The applicant had relied upon what the High Court said in  the judgement of Kiefel CJ, Keane, Gordon and Steward JJ in Plaintiff M1-2021 v Minister for Home Affairs [2022] HCA 17 at [24] – [25] where it was said:

24        Consistently with well-established authority in different statutory contexts, there can be no doubt that a decision-maker must read, identify, understand and evaluate the representations. Adopting and adapting what Kiefel J (as her Honour then was) said in Tickner v Chapman, the decision-maker must have regard to what is said in the representations, bring their mind to bear upon the facts stated in them and the arguments or opinions put forward, and appreciate who is making them. From that point, the decision‑maker might sift them, attributing whatever weight or persuasive quality is thought appropriate. The weight to be afforded to the representations is a matter for the decision-maker. And the decision-maker is not obliged “to make actual findings of fact as an adjudication of all material claims” made by a former visa holder.

25        It is also well-established that the requisite level of engagement by the decision-maker with the representations must occur within the bounds of rationality and reasonableness. What is necessary to comply with the statutory requirement for a valid exercise of power will necessarily depend on the nature, form and content of the representations. The requisite level of engagement – the degree of effort needed by the decision-maker – will vary, among other things, according to the length, clarity and degree of relevance of the representations. The decision-maker is not required to consider claims that are not clearly articulated or which do not clearly arise on the materials before them.

Basically the tribunal had failed to properly evaluate the ‘dob-in’ material.

In a separate case, in Khaira v Minister for Home Affairs (No 3) [2021] FCCA 687 (8 April 2021) the court ordered that the dob-in information be disclosed to the applicant, there being no case for public interest immunity.

The Minister often argues that the disclosure of the dob-in information will expose the departments intelligence gathering methods.

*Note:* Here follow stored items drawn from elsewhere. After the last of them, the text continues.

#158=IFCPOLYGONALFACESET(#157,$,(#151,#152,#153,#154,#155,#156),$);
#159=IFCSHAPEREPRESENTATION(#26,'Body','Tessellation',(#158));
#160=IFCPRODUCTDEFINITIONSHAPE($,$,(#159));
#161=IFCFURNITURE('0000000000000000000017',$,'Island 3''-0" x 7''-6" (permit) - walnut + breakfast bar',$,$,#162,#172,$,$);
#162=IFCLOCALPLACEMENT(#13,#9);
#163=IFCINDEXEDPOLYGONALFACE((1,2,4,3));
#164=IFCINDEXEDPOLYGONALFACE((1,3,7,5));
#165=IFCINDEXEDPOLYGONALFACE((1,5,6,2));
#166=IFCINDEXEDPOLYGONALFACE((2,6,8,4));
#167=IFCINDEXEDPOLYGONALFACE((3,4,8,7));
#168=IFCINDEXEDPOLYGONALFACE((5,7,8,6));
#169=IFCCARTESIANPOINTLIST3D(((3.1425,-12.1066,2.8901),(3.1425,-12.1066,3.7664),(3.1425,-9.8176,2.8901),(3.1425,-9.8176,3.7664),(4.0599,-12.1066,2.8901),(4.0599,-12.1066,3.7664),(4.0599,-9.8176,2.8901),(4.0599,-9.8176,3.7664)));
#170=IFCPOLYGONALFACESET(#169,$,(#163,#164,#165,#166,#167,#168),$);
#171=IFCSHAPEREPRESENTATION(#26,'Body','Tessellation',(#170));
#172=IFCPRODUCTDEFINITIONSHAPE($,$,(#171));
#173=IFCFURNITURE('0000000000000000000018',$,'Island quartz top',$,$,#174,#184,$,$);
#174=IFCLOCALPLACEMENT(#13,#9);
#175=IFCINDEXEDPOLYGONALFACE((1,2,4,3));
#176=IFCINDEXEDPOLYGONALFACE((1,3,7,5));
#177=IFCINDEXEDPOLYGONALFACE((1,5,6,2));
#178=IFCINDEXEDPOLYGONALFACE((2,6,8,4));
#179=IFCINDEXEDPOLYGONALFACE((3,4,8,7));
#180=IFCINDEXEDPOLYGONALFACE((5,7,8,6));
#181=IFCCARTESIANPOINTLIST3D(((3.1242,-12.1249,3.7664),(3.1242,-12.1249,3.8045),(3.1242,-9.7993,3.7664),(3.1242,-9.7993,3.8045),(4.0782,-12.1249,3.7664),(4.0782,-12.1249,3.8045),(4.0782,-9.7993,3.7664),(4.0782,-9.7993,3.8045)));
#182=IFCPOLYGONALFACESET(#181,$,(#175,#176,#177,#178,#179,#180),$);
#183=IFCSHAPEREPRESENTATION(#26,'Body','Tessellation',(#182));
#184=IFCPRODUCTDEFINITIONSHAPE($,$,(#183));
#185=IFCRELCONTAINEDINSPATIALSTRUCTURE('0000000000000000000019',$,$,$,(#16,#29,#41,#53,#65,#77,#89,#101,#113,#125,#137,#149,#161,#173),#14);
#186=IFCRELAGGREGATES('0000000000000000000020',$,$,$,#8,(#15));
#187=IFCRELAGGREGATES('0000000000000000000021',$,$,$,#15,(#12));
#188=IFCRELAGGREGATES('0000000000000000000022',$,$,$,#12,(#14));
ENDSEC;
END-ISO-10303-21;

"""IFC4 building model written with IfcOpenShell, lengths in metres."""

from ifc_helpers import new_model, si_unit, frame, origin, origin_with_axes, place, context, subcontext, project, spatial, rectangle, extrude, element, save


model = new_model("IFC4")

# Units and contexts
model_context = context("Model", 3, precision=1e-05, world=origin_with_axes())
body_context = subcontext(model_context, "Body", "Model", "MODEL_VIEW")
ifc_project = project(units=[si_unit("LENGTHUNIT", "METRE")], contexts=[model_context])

The website of Home Affairs discloses how it all works – see https://www.homeaffairs.gov.au/help-and-support/departmental-forms/online-forms/border-watch

Plus there is a link to a dob-in number to call – see  https://www.homeaffairs.gov.au/about-us/what-we-do/borderwatch/reporting/information-protection-statement

Once it is established that the Department of Home Affairs publishes how it’s dob-in system works, it can hardly be a state secret to keep dob-in information secret!

The end result is that dob-in information is often unreliable, a failure of a delegate or tribunal to properly evaluate that information would lead to jurisdictional error.